# Cc longevity



## gunner1000 (Mar 26, 2014)

How long do they last? Post highest miles please


Sent from my iPhone using Tapatalk


----------



## JerryVO (Dec 6, 2010)

72, 000 miles. Problems so far: 1 bad coil pack, replaced mecatronics unit, bad rear wiring harness replaced.

Sent from my SCH-I605 using Tapatalk


----------



## jsausley (Dec 2, 2011)

2,400 miles and still going strong. 

Silly thread, this completely depends on the maintenance of the car and besides that, any random issues can't really be predicted very well.


----------



## CCdave (Jan 13, 2013)

Strange thread indeed, but I understand why it was asked.

31k on my '13 and so far no issues (knocks on wood).

The dash does squeak a little on hard acceleration, but that happens so seldom that it's not an issue.


----------



## DMBAdict04 (Nov 21, 2003)

*2012*

I have a 2012 2.0T Sport with 77,500 miles on it. 

I've been pretty good about maintenance and followed the VW Maintenance Schedule. I haven't had any issues aside from tires.

I pulled up my service records and I got 41,926 miles out of the original tires but they were really really worn down at that point. I replaced the OE tires with Continental DWS tires and they've been pretty solid. I've got 35k on them at this point and they have good tread remaining.

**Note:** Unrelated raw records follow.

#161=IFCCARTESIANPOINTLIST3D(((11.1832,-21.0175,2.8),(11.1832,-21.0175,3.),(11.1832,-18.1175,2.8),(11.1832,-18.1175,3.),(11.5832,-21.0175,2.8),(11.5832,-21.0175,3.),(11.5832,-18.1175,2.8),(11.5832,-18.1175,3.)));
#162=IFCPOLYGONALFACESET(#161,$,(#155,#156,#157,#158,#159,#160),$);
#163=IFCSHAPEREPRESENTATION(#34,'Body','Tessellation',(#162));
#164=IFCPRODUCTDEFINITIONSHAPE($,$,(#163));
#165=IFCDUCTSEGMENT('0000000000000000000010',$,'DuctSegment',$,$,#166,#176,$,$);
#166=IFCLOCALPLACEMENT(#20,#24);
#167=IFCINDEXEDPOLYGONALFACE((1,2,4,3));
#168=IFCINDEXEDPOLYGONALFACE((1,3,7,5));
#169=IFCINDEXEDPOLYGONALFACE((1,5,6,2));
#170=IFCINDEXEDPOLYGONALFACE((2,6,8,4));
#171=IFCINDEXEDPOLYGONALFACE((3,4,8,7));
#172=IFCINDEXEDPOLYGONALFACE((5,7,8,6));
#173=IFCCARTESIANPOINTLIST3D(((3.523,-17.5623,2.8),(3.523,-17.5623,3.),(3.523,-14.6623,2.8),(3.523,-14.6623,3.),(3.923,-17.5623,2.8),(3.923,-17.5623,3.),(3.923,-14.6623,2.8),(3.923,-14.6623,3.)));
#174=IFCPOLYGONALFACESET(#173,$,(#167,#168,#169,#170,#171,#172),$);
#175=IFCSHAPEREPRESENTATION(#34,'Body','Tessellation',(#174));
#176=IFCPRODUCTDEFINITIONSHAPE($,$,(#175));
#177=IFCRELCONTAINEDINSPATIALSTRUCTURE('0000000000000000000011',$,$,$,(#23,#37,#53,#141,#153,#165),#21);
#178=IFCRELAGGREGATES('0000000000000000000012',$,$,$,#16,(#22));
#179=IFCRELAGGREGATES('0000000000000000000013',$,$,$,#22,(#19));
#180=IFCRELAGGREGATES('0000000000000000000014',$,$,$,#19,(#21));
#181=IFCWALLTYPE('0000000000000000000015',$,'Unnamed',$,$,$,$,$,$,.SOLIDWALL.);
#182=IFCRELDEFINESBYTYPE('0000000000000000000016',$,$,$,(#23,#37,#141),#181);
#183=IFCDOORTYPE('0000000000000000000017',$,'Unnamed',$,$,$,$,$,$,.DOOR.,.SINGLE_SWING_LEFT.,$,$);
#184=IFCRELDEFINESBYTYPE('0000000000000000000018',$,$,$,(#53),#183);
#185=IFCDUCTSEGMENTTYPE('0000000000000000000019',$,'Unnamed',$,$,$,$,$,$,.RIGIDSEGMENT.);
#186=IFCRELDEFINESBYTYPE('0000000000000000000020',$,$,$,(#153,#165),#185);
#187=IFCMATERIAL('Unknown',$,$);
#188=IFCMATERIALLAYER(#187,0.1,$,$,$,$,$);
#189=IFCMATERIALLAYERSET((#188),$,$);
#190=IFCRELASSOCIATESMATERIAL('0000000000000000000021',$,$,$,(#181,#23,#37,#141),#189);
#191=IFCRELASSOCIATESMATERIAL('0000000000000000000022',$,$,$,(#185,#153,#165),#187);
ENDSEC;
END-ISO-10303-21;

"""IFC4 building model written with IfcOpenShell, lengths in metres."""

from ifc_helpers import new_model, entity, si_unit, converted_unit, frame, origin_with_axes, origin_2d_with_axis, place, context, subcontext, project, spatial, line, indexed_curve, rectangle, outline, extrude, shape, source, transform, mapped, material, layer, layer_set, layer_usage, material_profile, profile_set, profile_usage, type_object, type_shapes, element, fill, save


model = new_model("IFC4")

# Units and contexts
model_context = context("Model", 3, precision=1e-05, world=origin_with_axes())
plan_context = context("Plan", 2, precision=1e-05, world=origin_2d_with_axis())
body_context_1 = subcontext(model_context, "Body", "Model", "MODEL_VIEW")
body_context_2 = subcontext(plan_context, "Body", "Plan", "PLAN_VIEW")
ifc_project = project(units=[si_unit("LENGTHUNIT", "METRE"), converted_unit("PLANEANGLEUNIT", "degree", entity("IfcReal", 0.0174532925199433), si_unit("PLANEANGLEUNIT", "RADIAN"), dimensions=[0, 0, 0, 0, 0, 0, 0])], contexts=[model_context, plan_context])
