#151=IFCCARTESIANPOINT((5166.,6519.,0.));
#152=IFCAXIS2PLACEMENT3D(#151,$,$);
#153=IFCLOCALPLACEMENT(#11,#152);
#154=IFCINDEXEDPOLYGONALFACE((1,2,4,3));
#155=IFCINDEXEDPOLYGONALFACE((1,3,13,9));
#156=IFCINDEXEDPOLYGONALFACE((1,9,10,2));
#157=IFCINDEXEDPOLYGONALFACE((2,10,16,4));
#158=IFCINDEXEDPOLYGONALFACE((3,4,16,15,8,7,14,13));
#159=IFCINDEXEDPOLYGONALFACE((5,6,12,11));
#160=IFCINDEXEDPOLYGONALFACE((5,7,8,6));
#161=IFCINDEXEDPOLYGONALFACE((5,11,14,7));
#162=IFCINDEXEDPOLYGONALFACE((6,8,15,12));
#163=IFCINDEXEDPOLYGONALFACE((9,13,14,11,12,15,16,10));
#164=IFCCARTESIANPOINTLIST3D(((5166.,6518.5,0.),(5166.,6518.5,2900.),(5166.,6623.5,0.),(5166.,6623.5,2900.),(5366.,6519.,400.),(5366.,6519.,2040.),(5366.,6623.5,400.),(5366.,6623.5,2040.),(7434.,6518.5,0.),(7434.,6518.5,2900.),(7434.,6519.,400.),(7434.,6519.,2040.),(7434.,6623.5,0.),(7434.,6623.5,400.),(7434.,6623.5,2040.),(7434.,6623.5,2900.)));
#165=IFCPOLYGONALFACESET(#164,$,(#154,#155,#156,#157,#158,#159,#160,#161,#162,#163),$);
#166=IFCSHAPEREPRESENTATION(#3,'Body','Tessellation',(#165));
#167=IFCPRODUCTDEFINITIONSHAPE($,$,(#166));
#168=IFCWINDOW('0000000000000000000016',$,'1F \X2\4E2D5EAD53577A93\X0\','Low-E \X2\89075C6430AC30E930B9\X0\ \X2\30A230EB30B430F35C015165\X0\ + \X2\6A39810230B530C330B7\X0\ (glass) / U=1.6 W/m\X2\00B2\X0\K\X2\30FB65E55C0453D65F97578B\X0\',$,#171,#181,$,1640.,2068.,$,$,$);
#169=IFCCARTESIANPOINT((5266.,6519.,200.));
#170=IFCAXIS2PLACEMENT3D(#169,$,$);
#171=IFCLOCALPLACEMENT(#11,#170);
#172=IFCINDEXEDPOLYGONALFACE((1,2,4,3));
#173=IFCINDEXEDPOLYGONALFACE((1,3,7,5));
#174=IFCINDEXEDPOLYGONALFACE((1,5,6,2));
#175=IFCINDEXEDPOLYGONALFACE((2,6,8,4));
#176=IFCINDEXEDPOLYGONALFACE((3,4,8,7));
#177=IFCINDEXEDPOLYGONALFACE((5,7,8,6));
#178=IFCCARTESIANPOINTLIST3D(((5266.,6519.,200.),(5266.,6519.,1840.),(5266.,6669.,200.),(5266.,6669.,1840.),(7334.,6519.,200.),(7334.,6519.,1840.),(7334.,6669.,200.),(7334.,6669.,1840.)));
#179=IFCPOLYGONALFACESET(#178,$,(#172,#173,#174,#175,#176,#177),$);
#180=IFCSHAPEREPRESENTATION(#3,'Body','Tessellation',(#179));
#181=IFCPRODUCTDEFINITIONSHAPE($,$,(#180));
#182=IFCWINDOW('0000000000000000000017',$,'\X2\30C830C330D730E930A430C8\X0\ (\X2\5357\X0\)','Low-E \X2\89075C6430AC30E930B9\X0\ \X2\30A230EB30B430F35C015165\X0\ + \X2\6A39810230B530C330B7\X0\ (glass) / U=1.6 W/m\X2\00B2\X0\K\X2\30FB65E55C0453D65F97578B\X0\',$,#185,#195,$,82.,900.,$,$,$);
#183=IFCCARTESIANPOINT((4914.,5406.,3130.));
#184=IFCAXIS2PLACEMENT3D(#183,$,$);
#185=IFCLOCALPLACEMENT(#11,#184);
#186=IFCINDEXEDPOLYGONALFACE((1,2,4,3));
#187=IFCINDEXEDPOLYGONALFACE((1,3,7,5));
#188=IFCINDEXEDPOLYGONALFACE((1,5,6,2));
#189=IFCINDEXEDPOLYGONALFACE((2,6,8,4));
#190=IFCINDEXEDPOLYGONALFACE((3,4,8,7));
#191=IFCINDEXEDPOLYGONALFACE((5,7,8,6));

However, I took my car in for rotation recently and they informed me the tires were cupping really badly.

So yeah, if you're buying the CC, be prepared to give the tires a ton of TLC to keep them in top shape.


----------



## Carguy10 (Nov 9, 2013)

jsausley said:


> 2,400 miles and still going strong.
> 
> Silly thread, this completely depends on the maintenance of the car and besides that, any random issues can't really be predicted very well.


I believe the OP is concerned about how the CC will hold up after a few years and some mileage >50K. Some makes began falling part at about 50K miles or so, example being a certain Nissan model I have owned before.


----------



## Converted2VW (Apr 8, 2009)

I have a *5 year old 2009 CC Lux with about 60k *on it.

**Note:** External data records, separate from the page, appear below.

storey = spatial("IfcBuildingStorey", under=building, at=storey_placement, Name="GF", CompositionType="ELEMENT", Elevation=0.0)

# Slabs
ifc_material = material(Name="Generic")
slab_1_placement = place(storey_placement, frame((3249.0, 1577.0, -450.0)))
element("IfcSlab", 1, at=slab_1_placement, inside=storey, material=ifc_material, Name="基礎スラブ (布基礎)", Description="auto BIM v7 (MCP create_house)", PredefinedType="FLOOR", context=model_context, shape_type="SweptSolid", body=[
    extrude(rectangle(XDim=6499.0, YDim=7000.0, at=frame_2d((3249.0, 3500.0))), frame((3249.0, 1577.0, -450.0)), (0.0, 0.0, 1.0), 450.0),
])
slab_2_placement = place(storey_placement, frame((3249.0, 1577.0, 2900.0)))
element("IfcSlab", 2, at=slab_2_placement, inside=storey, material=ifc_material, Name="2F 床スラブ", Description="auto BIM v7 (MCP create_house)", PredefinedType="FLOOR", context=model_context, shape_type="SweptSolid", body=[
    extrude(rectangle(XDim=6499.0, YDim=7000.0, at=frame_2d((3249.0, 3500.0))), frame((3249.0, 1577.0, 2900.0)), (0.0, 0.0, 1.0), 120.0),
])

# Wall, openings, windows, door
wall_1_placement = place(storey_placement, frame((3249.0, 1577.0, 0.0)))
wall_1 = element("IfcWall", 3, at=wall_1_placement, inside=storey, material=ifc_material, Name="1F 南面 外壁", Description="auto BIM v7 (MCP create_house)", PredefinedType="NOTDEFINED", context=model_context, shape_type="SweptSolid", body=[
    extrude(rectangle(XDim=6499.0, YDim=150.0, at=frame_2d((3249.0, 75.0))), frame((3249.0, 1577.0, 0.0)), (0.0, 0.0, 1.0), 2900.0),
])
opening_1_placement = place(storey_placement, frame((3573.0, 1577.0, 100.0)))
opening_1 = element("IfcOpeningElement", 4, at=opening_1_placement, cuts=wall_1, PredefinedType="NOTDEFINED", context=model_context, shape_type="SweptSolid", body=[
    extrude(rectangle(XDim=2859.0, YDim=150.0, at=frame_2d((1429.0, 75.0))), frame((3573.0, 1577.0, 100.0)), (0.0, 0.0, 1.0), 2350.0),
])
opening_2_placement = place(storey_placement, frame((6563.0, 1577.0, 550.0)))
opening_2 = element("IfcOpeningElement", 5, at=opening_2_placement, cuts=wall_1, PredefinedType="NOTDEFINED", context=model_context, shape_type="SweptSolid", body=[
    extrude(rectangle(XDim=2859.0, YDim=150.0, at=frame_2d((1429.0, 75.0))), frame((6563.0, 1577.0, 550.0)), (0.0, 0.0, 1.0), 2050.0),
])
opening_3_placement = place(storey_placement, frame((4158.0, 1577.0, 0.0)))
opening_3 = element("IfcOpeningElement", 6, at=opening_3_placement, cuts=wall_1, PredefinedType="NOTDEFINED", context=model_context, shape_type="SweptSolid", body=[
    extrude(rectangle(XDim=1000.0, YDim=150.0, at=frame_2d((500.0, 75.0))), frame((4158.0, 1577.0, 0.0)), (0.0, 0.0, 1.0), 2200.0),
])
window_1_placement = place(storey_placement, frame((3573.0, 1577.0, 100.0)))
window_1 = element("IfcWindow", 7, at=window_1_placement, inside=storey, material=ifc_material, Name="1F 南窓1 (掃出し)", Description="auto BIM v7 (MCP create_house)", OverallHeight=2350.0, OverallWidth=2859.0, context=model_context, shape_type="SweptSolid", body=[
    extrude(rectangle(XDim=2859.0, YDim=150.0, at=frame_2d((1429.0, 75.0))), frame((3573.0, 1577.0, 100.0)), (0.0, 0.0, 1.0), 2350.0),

Holding good so far (knock on wood) and It really has been great
Main issues have been:
- Rear passenger door leaked water (fixed under warranty)
- Slow RNS-510 (replaced under warranty)
- a fuel pump controller ($120 and replaced in 5 min)

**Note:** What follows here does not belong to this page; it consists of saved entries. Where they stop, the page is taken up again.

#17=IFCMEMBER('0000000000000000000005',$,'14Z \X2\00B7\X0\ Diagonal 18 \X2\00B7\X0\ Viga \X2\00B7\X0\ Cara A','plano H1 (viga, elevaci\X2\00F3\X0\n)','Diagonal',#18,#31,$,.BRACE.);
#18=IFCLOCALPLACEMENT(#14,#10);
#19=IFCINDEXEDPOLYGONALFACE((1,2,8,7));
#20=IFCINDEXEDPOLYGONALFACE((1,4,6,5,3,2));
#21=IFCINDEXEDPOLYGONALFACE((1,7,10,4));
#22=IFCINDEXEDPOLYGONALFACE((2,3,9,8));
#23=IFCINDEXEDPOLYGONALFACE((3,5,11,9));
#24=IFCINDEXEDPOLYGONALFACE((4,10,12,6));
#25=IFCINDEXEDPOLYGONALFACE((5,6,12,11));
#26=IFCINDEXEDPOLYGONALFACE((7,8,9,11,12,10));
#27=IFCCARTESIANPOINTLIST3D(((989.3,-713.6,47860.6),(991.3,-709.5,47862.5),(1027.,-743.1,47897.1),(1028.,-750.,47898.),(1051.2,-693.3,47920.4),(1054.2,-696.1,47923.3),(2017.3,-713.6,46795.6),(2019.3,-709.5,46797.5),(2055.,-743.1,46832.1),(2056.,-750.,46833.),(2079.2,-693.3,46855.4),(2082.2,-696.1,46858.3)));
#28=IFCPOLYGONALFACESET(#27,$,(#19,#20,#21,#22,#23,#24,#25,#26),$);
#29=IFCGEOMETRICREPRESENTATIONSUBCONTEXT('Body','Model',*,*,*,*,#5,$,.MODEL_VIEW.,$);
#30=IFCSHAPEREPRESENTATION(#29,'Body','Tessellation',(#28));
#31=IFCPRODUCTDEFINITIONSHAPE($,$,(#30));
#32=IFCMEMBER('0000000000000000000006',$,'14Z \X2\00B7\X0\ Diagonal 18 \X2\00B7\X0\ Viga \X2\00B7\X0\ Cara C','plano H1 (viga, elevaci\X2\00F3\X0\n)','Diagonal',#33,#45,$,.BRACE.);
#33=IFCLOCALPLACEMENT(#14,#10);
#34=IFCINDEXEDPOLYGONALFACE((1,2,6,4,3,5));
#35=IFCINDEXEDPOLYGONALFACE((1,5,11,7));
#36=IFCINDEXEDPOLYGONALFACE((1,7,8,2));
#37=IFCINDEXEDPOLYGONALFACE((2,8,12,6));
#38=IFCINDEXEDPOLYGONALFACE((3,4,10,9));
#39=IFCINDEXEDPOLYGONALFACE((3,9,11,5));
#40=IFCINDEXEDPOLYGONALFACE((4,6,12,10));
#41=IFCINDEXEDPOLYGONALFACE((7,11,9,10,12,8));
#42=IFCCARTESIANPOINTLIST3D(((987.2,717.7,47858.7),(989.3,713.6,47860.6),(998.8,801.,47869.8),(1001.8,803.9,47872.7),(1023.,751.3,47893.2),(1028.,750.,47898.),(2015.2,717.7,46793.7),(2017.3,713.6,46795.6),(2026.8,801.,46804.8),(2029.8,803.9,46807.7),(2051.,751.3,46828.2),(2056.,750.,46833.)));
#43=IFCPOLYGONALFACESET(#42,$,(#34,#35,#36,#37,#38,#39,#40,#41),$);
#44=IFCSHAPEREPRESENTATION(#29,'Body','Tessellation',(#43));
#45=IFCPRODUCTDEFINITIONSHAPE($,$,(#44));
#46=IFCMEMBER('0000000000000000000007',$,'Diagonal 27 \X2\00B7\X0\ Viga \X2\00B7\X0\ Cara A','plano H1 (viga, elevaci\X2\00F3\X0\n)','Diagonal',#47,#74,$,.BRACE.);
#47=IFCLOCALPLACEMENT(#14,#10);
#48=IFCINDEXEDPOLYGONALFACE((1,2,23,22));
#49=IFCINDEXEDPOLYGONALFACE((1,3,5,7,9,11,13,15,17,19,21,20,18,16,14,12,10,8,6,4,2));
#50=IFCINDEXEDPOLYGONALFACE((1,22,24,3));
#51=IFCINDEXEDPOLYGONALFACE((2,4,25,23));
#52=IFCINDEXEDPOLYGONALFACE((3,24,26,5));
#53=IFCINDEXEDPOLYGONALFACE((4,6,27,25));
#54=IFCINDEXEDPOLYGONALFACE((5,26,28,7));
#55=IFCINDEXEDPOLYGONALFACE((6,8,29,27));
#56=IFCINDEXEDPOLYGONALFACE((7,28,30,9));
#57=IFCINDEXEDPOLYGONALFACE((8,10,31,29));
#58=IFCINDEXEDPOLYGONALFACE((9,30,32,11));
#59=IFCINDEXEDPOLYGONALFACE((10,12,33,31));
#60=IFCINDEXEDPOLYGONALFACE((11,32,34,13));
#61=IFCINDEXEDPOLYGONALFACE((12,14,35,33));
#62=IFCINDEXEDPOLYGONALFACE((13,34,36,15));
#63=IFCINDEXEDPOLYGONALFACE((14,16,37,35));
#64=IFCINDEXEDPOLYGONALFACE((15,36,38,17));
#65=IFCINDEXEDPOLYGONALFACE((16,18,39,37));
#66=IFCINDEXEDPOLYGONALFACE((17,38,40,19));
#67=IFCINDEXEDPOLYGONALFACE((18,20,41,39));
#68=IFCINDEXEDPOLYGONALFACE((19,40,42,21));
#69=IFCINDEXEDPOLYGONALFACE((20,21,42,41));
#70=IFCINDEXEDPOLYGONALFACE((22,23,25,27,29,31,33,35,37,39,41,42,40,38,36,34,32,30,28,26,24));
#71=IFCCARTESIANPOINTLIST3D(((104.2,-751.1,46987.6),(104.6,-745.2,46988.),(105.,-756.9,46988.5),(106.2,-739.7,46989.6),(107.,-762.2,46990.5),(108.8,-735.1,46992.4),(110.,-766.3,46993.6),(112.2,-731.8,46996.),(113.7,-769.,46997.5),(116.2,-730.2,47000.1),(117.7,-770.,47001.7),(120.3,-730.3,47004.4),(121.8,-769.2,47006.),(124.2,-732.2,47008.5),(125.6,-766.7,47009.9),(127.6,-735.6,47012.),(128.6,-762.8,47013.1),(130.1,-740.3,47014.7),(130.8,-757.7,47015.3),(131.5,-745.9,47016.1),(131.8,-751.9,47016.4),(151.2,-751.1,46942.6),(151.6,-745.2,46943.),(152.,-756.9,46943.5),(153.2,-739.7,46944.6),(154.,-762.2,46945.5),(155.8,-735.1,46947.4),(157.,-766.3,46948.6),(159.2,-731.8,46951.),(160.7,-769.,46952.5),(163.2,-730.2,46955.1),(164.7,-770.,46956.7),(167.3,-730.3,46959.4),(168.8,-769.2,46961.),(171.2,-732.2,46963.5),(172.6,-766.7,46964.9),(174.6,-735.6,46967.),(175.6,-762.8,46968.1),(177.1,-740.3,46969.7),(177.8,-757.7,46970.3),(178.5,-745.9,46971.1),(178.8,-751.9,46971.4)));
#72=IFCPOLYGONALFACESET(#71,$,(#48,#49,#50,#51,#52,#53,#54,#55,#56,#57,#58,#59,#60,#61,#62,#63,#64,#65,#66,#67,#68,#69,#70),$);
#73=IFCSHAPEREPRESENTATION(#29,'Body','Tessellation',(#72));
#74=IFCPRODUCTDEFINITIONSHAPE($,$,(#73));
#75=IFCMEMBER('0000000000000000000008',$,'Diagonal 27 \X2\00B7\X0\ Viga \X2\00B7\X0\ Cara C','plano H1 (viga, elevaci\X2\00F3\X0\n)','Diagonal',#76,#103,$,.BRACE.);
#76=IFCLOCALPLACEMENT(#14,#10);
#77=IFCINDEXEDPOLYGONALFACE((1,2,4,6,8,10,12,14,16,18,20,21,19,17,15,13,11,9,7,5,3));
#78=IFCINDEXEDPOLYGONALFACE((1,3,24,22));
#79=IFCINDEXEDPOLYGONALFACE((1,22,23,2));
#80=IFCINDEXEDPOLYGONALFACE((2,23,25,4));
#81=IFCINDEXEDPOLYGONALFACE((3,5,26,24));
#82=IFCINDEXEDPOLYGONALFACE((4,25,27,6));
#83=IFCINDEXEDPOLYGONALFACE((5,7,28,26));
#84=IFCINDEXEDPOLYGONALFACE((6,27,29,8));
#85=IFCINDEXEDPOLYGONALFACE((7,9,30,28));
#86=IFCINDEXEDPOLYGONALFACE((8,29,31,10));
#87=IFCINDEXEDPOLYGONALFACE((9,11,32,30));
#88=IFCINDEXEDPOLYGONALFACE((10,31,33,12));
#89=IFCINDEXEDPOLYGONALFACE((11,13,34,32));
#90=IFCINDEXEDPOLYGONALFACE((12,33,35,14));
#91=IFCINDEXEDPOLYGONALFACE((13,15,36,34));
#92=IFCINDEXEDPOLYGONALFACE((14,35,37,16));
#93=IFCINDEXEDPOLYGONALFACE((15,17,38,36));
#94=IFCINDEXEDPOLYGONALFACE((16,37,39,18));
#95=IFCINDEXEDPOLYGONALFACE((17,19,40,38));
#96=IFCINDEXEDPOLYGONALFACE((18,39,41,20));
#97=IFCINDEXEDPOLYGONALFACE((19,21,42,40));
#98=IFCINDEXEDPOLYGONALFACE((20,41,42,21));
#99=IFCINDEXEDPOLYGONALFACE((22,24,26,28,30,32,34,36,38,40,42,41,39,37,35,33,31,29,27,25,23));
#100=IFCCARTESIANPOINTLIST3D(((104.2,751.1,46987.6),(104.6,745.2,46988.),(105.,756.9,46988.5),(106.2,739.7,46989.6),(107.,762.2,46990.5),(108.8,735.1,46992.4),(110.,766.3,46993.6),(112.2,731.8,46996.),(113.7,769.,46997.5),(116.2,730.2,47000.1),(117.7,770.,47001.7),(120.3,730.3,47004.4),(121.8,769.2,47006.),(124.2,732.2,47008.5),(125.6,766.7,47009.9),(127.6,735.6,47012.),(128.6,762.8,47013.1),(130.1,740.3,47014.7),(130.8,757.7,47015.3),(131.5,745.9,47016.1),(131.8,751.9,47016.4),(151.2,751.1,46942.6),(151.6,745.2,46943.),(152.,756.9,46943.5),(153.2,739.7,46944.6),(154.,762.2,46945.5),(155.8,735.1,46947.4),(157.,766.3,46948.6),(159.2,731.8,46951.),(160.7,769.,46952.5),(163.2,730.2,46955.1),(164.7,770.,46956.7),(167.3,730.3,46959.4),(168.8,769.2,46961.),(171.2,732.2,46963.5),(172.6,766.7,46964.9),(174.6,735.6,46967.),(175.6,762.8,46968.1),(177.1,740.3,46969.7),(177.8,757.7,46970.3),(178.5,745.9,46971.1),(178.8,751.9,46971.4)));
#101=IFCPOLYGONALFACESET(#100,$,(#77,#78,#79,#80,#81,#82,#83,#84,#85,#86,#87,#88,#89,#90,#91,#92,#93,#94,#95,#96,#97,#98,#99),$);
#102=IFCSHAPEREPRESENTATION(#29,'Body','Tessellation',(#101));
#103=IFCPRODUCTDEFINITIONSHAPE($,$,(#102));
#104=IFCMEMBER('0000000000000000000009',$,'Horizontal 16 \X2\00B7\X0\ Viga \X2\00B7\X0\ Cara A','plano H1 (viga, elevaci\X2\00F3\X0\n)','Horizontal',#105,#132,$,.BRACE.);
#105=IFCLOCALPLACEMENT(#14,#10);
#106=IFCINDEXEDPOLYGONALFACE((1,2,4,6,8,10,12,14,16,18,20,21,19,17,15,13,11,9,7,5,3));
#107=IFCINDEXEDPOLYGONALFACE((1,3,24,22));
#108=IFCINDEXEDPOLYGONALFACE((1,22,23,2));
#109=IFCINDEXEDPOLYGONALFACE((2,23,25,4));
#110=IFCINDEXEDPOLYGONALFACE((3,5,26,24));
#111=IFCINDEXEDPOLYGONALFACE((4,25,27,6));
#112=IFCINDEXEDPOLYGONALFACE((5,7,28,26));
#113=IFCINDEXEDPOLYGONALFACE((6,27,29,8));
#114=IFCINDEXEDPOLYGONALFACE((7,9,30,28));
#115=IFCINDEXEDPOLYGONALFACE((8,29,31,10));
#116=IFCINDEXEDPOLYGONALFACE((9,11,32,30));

Other than that is just tires, rear brake pads and oil changes.

She's been a daily since new.


----------



## DaBz1981 (Oct 8, 2010)

66k Miles on 3.6 VR6


Battery cable - was causing slight rough idle issues
Tail light harness - constant random bulb out/real fog lamp out errors ... i'm still getting the errors taking it back tomorrow
Driver door arm rest - leather/vinyl was peeling
B pillar cover and driver rubber door seal - was damaged when i bought the car with 57k, replaced under CPO
Instrument cluster - works fine but apparently seal was cracked and getting foggy behind plastic mainly by the MFD
Sunroof plastic side flap thing - glue dried out and was loose/hanging 


I consider all these minor issues and fortunately i'm CPO so everything has been covered under warranty. Mechanically there are 0 issues. The engine runs great and 6 speed tiptronic transmission shifts smooth.

There's someone here that have 150K + on their 3.6 i think. forgot his user name. I'm sure he'll post eventually lol.


----------



## old guy2 (May 30, 2010)

Next time I change the oil will be at 180k miles. It's been pretty much bullet proof so far. Still have the original front brakes.


----------



## milan187 (Mar 15, 2009)

old guy2 said:


> Next time I change the oil will be at 180k miles. It's been pretty much bullet proof so far. Still have the original front brakes.


WOW!

I have 75k (km), 0 issues.


----------



## jbg7474 (Apr 16, 2014)

old guy2 said:


> Next time I change the oil will be at 180k miles. It's been pretty much bullet proof so far. Still have the original front brakes.


:thumbup::thumbup::thumbup:


----------



## van33 (Dec 21, 2012)

old guy2 said:


> Next time I change the oil will be at 180k miles. It's been pretty much bullet proof so far. Still have the original front brakes.


This guy has a VR6, not a 2.0T. Just wanted to clarify. I'm still waiting for the 2.0T guy that has over 120k+ miles and I'm curious as to what has been repaired/replaced.


Sent from my iPhone using Tapatalk


----------



## milan187 (Mar 15, 2009)

van33 said:


> This guy has a VR6, not a 2.0T. Just wanted to clarify. I'm still waiting for the 2.0T guy that has over 120k+ miles and I'm curious as to what has been repaired/replaced.
> 
> 
> Sent from my iPhone using Tapatalk


Is it possible that there isn't a bunch? The 2.0t is everywhere...


----------



## jbg7474 (Apr 16, 2014)

milan187 said:


> Is it possible that there isn't a bunch? The 2.0t is everywhere...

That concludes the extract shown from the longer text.